#### [Prompt]
The required answer is every line of the data containing the word "IFCLOCALPLACEMENT".

-------- Input records --------

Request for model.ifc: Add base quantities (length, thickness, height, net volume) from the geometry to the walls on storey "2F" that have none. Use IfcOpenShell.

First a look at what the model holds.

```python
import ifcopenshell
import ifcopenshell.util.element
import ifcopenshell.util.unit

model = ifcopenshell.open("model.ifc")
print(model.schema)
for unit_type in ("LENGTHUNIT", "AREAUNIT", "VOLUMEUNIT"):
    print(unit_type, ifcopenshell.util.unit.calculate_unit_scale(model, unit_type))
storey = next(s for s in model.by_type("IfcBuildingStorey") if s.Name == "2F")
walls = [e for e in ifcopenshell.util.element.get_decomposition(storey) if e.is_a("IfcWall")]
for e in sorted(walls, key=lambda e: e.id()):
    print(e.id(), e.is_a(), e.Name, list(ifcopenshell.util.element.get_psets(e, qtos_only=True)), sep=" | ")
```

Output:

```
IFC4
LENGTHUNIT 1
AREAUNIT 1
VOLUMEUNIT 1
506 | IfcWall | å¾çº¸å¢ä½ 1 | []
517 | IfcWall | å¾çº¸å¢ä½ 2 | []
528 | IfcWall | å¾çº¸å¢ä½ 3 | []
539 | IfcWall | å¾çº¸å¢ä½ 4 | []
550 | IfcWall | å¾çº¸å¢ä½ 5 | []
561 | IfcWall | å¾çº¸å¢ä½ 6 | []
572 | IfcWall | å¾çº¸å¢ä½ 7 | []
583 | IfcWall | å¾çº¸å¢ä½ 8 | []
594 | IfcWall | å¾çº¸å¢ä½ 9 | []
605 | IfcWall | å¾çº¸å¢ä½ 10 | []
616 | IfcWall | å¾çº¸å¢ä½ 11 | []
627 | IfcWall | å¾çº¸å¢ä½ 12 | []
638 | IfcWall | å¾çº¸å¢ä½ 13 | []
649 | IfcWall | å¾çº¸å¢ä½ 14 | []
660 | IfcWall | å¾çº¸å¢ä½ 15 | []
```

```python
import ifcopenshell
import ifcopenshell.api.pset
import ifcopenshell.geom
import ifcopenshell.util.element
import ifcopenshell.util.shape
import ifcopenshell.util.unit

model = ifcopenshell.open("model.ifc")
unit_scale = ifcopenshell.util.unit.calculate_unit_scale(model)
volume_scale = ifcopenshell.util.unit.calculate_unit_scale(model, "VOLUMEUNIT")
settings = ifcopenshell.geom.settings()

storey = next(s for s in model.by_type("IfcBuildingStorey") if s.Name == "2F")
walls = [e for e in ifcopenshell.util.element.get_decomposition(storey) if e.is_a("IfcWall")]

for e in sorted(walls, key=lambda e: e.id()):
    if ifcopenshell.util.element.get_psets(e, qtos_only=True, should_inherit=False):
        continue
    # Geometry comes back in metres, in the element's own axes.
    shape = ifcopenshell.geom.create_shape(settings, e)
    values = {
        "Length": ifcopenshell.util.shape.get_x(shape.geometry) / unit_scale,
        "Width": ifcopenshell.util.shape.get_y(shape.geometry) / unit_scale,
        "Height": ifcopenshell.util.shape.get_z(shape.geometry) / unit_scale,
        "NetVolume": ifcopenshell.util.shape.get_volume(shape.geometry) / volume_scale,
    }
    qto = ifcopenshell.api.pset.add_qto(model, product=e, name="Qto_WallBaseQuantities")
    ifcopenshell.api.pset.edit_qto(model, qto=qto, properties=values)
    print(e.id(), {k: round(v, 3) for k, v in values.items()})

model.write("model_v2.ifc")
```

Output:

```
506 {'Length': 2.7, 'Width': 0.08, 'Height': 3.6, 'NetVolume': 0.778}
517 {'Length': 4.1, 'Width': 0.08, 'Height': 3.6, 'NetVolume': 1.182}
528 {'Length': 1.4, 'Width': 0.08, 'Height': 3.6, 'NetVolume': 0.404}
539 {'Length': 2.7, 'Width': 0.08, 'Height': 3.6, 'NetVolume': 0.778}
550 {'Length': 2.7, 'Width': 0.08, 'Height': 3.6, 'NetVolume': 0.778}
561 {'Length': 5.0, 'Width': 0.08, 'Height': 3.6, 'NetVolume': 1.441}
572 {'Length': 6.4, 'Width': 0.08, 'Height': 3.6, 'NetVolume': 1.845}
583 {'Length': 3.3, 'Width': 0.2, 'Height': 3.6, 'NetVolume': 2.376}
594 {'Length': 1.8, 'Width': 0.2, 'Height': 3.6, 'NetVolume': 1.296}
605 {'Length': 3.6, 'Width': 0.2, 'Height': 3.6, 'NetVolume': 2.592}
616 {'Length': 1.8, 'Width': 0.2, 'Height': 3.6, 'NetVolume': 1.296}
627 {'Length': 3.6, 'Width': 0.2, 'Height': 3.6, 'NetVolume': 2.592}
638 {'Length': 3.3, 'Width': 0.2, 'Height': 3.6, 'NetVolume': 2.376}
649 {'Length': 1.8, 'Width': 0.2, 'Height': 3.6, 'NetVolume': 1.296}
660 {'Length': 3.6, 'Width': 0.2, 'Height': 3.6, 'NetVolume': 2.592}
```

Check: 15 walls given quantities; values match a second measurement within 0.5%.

--------
-------- Input records --------

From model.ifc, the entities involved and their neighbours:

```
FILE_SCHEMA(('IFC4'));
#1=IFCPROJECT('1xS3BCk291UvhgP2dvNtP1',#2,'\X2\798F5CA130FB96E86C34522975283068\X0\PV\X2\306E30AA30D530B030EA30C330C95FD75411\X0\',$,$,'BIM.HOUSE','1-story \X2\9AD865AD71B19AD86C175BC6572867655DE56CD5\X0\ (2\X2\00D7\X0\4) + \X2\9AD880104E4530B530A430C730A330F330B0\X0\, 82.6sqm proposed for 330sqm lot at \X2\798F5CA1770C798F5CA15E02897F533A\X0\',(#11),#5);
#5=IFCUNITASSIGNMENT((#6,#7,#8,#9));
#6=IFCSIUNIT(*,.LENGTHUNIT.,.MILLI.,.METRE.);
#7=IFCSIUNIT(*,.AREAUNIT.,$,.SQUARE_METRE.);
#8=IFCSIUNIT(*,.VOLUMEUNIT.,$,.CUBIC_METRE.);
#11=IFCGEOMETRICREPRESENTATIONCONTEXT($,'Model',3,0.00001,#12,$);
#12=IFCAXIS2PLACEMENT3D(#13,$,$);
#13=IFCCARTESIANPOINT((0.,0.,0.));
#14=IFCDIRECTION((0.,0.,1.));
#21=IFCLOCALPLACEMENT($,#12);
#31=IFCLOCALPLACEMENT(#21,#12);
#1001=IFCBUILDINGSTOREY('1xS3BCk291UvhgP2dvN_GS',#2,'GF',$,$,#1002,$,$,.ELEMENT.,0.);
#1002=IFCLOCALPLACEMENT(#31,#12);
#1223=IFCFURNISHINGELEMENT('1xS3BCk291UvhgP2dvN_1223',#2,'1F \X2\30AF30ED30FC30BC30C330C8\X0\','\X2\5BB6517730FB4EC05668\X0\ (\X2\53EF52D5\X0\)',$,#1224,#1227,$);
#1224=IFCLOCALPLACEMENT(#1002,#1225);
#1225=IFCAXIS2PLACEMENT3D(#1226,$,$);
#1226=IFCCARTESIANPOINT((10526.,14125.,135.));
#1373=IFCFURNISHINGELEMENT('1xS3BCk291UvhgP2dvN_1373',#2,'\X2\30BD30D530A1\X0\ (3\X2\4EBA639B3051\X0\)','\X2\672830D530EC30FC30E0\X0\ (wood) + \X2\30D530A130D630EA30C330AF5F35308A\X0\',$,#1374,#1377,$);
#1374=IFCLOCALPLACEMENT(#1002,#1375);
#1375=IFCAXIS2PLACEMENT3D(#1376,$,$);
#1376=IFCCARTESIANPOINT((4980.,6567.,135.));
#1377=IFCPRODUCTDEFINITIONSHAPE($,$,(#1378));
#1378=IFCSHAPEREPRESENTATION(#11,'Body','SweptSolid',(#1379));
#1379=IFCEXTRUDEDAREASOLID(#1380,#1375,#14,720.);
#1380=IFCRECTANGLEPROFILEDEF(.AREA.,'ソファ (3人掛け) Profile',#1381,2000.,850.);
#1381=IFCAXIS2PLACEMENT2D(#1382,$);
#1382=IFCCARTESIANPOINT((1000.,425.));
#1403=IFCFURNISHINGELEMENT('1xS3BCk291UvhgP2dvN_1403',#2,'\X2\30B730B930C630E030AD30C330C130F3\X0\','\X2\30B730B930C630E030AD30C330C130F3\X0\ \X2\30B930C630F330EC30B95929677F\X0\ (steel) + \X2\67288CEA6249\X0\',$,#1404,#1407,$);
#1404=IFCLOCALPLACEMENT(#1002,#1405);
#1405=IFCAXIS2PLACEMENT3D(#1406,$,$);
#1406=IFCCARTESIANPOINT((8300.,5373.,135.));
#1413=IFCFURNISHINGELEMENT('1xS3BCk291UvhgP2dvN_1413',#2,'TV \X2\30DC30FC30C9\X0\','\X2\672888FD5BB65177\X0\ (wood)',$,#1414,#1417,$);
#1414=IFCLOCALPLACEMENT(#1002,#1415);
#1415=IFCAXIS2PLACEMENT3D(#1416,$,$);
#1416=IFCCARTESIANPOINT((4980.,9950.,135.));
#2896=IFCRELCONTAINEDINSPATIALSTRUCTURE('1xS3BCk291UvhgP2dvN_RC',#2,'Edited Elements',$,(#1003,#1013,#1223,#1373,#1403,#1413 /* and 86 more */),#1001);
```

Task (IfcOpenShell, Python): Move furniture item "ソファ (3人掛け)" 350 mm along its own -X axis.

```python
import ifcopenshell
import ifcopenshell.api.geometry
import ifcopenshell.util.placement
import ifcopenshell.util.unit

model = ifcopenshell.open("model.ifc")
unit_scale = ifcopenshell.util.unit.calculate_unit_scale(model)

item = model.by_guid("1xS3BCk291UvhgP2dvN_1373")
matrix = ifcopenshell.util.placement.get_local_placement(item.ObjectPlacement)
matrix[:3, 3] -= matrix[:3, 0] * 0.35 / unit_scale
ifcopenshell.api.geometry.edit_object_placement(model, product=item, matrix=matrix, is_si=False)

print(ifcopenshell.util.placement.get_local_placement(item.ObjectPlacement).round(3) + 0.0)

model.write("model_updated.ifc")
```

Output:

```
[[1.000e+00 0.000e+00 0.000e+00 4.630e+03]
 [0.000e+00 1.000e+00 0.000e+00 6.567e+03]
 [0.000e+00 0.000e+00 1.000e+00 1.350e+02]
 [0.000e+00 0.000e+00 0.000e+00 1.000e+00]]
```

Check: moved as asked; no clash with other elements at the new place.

--------

#### [Exercise result]
#21=IFCLOCALPLACEMENT($,#12);
#31=IFCLOCALPLACEMENT(#21,#12);
#1002=IFCLOCALPLACEMENT(#31,#12);
#1224=IFCLOCALPLACEMENT(#1002,#1225);
#1374=IFCLOCALPLACEMENT(#1002,#1375);
#1404=IFCLOCALPLACEMENT(#1002,#1405);
#1414=IFCLOCALPLACEMENT(#1002,#1415);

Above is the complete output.